Full implementation of tariffs threaten recession- JPM
JPMorgan analysts said that they were still waiting to see just how Trump’s tariffs will be imposed in the coming days before making any changes to their forecasts.
But JPM analysts warned that the full implementation of Trump’s trade policies represented a “substantial macro economic shock not currently incorporated in our forecasts.”
“This shock will likely be magnified by its impact on sentiment and through the retaliation of countries facing significant increases in their tariff rates,” JPM analysts wrote in a note, warning that a large tariff shock threatened a U.S. and global recession.

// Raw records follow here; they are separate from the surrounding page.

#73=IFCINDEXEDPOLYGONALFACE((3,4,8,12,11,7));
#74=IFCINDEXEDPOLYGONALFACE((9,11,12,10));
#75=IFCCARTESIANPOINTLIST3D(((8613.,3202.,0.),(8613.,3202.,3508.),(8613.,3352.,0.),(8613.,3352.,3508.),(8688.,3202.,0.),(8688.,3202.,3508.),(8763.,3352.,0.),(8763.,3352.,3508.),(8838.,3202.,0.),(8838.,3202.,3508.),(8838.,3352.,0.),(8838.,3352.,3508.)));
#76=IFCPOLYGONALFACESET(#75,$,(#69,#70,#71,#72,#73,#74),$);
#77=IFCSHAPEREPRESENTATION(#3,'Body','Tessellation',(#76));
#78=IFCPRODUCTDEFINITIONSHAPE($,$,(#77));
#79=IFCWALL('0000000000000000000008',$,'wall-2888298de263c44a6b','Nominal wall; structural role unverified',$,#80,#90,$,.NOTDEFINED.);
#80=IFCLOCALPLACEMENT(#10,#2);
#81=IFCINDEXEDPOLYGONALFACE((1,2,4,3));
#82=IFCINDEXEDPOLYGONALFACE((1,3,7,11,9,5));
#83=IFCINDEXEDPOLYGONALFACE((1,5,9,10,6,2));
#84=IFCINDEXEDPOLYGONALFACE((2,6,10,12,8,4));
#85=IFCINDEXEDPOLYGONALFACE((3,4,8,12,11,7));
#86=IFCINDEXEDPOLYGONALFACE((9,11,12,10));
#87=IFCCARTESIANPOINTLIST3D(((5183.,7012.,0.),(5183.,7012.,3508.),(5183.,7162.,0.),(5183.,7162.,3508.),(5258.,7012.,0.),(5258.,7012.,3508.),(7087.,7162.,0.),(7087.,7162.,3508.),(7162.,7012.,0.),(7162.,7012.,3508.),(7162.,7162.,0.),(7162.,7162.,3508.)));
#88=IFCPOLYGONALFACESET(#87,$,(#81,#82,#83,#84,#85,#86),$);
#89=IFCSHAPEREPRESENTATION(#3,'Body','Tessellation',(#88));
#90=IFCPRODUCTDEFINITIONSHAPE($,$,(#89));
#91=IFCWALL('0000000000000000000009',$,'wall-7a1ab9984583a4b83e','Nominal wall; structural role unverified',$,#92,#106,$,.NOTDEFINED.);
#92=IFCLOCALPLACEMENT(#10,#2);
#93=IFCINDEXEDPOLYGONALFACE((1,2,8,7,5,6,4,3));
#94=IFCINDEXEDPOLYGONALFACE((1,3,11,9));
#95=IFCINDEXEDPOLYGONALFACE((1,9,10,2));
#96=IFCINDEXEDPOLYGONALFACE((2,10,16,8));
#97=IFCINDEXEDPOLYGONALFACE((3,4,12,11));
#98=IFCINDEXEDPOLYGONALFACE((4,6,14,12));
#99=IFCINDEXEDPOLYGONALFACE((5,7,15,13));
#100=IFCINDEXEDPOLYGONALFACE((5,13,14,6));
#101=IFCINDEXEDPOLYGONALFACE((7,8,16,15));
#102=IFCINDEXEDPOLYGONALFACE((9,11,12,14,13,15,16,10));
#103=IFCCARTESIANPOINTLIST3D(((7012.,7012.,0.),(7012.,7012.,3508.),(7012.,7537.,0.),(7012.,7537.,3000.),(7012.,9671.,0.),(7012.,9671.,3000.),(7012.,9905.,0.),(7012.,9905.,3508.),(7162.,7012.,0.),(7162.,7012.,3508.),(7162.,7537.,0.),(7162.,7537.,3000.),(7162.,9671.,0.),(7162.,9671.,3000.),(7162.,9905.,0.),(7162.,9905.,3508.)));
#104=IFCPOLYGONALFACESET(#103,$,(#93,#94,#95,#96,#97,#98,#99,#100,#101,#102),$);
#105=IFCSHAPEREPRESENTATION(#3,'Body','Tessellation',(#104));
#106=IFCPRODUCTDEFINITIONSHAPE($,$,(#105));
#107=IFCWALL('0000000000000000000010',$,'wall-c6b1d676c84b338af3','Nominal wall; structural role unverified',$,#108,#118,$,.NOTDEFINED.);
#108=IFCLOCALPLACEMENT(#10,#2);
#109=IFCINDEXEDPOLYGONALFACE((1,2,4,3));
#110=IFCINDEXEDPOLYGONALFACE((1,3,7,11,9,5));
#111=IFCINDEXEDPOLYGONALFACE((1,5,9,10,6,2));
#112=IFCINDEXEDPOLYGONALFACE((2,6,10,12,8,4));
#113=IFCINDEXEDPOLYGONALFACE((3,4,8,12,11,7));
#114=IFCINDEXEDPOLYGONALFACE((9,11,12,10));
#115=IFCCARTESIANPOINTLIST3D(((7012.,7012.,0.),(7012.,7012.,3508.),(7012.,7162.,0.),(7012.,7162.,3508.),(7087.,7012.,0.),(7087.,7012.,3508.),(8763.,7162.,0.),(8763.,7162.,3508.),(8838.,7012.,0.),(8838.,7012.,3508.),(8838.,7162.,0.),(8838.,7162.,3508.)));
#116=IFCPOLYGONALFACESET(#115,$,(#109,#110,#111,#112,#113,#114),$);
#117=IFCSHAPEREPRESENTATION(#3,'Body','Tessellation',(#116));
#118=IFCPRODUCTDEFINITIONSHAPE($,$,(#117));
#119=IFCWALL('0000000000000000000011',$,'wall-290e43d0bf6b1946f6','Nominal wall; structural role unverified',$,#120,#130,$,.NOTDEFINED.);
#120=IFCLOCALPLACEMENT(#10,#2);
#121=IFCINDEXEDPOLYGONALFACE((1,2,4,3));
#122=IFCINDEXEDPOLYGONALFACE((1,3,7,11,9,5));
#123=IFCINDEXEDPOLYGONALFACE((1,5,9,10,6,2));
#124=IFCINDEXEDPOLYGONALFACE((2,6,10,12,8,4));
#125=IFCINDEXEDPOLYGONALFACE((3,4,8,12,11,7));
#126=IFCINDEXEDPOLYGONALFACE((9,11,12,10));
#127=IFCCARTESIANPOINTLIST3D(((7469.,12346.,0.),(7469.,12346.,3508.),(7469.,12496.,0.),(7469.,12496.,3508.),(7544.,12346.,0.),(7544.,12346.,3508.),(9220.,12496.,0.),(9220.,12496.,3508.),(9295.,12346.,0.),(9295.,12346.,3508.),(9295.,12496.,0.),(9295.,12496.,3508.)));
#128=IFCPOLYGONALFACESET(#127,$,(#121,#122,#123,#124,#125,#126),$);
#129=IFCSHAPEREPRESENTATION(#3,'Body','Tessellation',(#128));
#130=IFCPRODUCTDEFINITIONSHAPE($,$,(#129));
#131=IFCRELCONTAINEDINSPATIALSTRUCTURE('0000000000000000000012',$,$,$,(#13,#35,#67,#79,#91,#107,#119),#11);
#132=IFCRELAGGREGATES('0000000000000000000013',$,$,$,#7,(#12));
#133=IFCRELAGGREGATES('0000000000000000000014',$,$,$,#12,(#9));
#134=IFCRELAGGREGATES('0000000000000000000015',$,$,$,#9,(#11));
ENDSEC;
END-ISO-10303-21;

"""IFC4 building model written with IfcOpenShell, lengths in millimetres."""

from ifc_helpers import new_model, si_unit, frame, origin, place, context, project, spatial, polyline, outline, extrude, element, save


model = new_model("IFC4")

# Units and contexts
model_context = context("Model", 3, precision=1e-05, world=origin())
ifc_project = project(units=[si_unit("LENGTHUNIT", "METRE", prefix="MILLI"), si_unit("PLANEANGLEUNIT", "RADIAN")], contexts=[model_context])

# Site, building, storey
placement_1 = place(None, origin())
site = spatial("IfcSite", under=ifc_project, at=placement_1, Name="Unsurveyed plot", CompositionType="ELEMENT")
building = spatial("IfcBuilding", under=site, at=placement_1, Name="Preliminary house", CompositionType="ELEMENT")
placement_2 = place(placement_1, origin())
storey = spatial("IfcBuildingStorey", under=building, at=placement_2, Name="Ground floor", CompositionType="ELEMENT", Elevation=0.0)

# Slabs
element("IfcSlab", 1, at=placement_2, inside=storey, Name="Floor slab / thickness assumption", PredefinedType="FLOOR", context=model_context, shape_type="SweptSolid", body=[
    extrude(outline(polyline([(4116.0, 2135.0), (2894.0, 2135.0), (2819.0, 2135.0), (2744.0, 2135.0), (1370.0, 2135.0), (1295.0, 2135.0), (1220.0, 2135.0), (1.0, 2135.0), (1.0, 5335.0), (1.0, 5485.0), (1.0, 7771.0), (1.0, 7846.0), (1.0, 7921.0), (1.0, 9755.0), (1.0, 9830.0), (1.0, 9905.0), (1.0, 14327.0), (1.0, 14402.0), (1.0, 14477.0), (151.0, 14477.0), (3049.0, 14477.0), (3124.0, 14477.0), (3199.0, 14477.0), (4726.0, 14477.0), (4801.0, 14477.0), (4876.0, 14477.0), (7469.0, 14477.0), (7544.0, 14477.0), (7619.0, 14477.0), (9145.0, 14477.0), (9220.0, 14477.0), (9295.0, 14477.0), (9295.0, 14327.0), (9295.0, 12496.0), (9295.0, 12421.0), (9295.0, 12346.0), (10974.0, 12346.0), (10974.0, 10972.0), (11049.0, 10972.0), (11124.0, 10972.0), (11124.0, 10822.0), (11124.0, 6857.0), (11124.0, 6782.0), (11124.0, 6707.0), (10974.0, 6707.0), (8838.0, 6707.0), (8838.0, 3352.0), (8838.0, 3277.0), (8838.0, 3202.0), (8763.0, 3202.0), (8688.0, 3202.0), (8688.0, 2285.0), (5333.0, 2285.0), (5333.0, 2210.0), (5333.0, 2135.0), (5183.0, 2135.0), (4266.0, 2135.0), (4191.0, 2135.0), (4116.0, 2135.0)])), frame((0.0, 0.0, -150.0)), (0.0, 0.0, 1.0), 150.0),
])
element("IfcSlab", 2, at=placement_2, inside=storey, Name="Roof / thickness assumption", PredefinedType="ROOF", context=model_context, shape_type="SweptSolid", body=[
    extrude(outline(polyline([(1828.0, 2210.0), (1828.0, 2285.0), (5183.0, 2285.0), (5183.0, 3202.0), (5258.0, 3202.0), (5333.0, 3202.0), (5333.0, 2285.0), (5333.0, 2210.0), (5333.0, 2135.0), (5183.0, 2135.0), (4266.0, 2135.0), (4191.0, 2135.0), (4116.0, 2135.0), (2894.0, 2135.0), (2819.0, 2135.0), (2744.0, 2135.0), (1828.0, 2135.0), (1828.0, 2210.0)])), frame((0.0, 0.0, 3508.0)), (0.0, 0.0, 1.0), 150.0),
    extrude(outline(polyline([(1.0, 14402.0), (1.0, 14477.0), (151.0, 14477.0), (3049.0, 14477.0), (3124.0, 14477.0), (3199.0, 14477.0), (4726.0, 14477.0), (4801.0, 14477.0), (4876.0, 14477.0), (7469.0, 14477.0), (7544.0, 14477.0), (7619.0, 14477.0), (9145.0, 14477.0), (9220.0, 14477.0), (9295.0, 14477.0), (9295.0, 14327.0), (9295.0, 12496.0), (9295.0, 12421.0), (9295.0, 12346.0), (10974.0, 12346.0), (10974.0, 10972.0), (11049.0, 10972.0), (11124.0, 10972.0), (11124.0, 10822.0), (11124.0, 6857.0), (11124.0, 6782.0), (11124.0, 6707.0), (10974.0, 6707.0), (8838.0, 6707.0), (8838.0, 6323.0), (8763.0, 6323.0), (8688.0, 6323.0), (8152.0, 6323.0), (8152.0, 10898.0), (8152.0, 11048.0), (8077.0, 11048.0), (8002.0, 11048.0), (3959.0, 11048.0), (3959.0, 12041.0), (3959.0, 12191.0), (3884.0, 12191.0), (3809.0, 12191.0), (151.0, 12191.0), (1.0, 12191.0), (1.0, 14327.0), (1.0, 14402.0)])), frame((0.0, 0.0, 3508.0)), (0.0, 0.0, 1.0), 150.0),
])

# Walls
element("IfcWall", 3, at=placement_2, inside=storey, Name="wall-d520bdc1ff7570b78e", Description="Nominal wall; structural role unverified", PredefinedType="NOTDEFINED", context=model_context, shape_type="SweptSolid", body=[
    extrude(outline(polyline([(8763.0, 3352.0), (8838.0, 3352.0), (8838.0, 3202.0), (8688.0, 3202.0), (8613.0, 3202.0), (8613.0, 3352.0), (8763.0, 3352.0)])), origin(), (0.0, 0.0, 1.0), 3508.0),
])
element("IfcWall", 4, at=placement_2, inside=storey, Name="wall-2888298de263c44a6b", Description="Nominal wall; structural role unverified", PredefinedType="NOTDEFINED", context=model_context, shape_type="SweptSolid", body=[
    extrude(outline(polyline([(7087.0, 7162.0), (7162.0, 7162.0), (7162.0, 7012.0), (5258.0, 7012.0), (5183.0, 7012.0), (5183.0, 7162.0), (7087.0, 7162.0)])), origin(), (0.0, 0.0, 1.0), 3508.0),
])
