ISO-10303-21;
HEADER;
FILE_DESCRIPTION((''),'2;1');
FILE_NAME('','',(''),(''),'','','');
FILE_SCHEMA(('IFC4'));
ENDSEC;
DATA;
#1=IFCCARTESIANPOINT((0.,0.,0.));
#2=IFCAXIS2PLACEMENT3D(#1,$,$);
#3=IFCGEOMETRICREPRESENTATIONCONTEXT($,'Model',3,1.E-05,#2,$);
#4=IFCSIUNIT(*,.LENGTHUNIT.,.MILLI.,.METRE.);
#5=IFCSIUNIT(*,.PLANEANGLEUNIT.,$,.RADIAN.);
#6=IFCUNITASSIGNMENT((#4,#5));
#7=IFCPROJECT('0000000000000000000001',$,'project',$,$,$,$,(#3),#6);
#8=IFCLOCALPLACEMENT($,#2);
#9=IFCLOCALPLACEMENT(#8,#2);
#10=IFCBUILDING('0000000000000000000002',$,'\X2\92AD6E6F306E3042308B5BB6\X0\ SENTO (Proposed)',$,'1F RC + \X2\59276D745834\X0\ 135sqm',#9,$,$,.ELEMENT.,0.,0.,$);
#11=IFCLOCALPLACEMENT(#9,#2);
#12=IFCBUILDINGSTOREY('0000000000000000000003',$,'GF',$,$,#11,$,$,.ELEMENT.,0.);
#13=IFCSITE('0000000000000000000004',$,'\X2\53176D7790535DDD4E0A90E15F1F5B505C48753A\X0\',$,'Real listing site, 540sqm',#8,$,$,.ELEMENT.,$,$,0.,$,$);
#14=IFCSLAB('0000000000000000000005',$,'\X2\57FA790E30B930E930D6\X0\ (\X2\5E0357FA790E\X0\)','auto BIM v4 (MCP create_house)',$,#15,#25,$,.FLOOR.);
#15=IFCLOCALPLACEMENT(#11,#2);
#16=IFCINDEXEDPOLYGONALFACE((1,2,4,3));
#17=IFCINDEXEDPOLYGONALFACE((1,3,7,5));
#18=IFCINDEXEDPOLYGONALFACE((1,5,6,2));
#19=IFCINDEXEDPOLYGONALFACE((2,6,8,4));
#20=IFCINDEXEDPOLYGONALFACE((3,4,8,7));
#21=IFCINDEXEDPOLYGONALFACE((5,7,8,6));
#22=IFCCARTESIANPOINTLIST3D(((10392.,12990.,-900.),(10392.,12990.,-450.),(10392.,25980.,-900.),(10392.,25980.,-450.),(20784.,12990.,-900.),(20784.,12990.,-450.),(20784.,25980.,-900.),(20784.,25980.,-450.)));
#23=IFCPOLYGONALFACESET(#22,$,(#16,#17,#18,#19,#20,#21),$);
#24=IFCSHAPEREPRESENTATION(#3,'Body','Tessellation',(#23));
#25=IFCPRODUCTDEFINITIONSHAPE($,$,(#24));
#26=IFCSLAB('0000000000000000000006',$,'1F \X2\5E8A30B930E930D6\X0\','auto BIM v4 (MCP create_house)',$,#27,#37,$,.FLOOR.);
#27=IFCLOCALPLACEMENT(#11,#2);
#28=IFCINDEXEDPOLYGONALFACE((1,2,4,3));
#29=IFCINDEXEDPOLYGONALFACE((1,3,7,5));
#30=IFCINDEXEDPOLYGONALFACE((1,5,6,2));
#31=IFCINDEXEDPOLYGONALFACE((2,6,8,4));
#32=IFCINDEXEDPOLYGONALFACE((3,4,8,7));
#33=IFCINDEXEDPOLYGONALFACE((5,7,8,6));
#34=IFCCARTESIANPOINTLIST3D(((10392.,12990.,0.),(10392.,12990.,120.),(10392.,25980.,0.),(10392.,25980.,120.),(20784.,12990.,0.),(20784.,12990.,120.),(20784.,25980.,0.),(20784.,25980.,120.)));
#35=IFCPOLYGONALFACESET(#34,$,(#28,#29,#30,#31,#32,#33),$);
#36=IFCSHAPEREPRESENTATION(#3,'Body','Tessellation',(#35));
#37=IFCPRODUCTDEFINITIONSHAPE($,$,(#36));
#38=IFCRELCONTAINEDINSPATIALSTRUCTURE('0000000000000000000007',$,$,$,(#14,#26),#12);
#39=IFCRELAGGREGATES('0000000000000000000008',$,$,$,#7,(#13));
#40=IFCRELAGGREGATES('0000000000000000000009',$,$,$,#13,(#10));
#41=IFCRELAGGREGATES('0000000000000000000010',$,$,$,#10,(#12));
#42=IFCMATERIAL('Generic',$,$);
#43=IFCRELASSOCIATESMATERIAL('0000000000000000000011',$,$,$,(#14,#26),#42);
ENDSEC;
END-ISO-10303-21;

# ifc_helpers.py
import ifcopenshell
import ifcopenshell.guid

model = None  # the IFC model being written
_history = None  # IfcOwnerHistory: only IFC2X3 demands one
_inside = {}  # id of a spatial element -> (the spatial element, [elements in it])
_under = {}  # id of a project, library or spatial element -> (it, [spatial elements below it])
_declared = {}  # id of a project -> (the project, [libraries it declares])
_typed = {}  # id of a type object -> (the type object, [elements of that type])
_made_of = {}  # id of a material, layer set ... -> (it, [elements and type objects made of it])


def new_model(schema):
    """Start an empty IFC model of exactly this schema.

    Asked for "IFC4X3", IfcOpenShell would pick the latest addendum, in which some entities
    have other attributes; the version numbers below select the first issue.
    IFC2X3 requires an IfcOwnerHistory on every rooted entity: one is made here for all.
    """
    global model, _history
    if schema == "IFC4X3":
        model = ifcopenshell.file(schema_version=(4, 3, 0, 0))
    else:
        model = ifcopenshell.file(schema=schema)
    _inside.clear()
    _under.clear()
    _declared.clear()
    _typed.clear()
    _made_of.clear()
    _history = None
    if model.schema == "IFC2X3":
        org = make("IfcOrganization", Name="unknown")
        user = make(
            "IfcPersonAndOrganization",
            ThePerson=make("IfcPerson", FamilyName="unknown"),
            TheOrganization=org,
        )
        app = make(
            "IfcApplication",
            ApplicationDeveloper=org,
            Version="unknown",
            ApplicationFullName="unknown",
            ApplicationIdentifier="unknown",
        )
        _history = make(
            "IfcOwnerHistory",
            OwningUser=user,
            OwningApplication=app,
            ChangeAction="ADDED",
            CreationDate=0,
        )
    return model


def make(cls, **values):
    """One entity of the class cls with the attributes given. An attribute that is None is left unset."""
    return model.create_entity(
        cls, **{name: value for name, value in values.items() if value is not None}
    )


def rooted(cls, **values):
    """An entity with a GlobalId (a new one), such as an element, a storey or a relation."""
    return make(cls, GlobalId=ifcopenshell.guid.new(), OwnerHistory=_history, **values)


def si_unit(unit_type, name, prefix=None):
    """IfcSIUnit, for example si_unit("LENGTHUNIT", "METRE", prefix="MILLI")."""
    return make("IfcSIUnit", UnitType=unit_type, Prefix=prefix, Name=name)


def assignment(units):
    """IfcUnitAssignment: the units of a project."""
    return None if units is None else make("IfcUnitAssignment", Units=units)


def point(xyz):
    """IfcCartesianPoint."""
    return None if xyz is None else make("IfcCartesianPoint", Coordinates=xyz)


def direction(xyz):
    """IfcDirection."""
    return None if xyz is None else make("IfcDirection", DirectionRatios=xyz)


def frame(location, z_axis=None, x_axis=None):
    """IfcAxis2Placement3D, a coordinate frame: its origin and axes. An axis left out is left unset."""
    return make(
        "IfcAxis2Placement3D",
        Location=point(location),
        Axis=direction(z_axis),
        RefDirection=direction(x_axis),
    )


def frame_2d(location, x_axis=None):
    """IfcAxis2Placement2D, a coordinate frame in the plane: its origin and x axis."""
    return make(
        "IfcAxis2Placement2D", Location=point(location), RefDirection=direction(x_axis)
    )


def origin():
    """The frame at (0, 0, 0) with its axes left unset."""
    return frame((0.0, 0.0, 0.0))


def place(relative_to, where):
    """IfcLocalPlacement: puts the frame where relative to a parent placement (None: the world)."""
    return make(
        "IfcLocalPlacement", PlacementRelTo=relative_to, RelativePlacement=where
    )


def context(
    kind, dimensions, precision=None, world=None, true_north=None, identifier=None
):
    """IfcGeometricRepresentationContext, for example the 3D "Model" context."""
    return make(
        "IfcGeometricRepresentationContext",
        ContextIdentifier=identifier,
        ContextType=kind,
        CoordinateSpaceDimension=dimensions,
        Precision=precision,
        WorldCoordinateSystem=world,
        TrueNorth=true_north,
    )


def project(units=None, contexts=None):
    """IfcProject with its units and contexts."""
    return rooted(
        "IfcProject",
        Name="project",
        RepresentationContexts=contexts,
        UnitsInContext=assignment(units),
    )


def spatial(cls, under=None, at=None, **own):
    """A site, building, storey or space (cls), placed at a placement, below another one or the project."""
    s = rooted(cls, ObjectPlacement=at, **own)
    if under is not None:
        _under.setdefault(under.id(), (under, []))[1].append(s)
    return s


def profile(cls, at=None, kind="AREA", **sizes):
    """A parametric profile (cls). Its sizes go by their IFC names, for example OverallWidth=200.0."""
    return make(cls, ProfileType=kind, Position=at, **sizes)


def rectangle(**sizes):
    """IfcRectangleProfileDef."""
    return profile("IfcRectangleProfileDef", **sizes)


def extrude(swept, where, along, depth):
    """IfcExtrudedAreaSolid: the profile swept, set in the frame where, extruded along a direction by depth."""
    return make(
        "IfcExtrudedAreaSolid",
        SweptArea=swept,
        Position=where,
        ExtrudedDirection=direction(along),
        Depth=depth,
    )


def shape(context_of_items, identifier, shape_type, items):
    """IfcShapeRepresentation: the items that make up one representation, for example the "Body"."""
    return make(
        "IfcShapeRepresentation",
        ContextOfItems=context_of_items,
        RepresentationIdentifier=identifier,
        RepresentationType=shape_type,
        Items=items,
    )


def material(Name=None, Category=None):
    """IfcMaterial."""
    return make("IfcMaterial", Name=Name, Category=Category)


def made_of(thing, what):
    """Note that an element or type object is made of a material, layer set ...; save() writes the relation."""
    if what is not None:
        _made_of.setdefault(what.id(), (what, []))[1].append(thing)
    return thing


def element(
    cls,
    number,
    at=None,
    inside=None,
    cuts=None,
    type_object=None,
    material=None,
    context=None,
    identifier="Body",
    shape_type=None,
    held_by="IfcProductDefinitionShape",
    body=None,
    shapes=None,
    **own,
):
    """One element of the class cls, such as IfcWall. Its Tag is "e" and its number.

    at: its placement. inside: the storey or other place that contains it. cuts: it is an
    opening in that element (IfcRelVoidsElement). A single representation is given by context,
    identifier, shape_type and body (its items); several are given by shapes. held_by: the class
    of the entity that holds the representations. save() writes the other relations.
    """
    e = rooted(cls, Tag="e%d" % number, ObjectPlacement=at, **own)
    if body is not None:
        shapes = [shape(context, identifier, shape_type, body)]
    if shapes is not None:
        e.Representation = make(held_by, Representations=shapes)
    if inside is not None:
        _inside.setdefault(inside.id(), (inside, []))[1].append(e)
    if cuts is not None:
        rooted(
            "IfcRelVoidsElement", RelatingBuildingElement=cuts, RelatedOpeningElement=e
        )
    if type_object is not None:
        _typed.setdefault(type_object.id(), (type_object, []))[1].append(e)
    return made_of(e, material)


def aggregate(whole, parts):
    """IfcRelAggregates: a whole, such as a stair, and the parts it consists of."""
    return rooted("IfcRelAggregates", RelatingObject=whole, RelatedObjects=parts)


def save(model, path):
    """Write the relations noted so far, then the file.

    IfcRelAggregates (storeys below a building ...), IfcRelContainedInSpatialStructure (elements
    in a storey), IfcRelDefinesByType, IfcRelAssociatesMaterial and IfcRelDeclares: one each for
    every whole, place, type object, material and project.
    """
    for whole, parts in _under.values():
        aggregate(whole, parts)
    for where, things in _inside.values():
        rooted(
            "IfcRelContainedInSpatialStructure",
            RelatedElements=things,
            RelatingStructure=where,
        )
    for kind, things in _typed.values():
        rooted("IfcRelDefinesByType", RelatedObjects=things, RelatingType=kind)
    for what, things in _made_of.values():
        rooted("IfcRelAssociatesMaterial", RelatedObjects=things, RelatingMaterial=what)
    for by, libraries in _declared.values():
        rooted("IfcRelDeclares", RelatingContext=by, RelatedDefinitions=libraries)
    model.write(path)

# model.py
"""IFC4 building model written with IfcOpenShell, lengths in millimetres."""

from ifc_helpers import new_model, si_unit, frame, frame_2d, origin, place, context, project, spatial, rectangle, extrude, material, element, save


model = new_model("IFC4")

# Units and contexts
model_context = context("Model", 3, precision=1e-05, world=origin())
ifc_project = project(units=[si_unit("LENGTHUNIT", "METRE", prefix="MILLI"), si_unit("PLANEANGLEUNIT", "RADIAN")], contexts=[model_context])

# Site, building, storey
site_placement = place(None, origin())
site = spatial("IfcSite", under=ifc_project, at=site_placement, Name="北海道川上郡弟子屈町", ObjectType="Real listing site, 540sqm", CompositionType="ELEMENT", RefElevation=0.0)
building_placement = place(site_placement, origin())
building = spatial("IfcBuilding", under=site, at=building_placement, Name="銭湯のある家 SENTO (Proposed)", ObjectType="1F RC + 大浴場 135sqm", CompositionType="ELEMENT", ElevationOfRefHeight=0.0, ElevationOfTerrain=0.0)
storey_placement = place(building_placement, origin())
storey = spatial("IfcBuildingStorey", under=building, at=storey_placement, Name="GF", CompositionType="ELEMENT", Elevation=0.0)

# Slabs
ifc_material = material(Name="Generic")
slab_1_placement = place(storey_placement, frame((5196.0, 6495.0, -450.0)))
element("IfcSlab", 1, at=slab_1_placement, inside=storey, material=ifc_material, Name="基礎スラブ (布基礎)", Description="auto BIM v4 (MCP create_house)", PredefinedType="FLOOR", context=model_context, shape_type="SweptSolid", body=[
    extrude(rectangle(XDim=10392.0, YDim=12990.0, at=frame_2d((5196.0, 6495.0))), frame((5196.0, 6495.0, -450.0)), (0.0, 0.0, 1.0), 450.0),
])
slab_2_placement = place(storey_placement, frame((5196.0, 6495.0, 0.0)))
element("IfcSlab", 2, at=slab_2_placement, inside=storey, material=ifc_material, Name="1F 床スラブ", Description="auto BIM v4 (MCP create_house)", PredefinedType="FLOOR", context=model_context, shape_type="SweptSolid", body=[
    extrude(rectangle(XDim=10392.0, YDim=12990.0, at=frame_2d((5196.0, 6495.0))), frame((5196.0, 6495.0, 0.0)), (0.0, 0.0, 1.0), 120.0),
])

save(model, "model.ifc")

Trump tariff blow bigger than expected- Capital Economics
Trump’s reciprocal tariffs were bigger than expected, Capital Economics analysts said, with the effective tariff rate on all U.S. imports expected to soar to 26%, a 131-year high.
CE said that Canada and Mexico had gotten off lightly, while Asian majors such as China and Vietnam were the worst hit. Japan and the EU were somewhere in the middle.
CE noted that while the tariffs stood to substantially boost U.S. tax revenue, the impact on the U.S. economy depended on what is done with the additional tax revenue.
“If it is given back to consumers via other tax cuts, then economic growth may not suffer too badly. If it is used to pay down the budget deficit, then this amounts to a fiscal tightening of more than 2%, which means the economy would be lucky to avoid a recession,” CE analysts wrote in a note.
Well Fargo sees ‘considerably more’ Fed easing in 2025-26 due to tariffs
Well Fargo analysts said that the tariffs were larger than expected, and were certainly above market expectations as well.
The tariffs are likely to be perceived as negative for the U.S. economy and the targeted countries.
But WFC also forecast “considerably more” easing by the Federal Reserve through mid-2025 to mid-2026, with a bulk of this likely to be priced in for the first half of 2026.
WFC expects little additional easing in the next few Fed meetings, with officials having signaled reluctance to ease interest rates any time soon.
EU, UK recession risk increases with tariffs- Barclays (LON:BARC)
Barclays analysts said that the new tariffs dampened the global economic outlook, and also put the UK and several European countries at the risk of a recession in the second half of 2025.
The investment bank said it was still waiting on retaliatory measures from target countries, but that Trump’s move had further increased global trade policy uncertainty and dampened the economic outlook.
“The extraordinary increase in trade policy uncertainty that the change in tariffs is generating (via the so-called uncertainty channel) delays investment and consumption decisions,leading to a decline in domestic demand and a sizable slowdown in economic activity,” Barclays analysts wrote in a note.
Barclays’ current economic forecasts see a gross domestic product impact of about 1.1% for the UK and the EU. But this could increase to about 1.9% for Europe and 1.5% for the UK.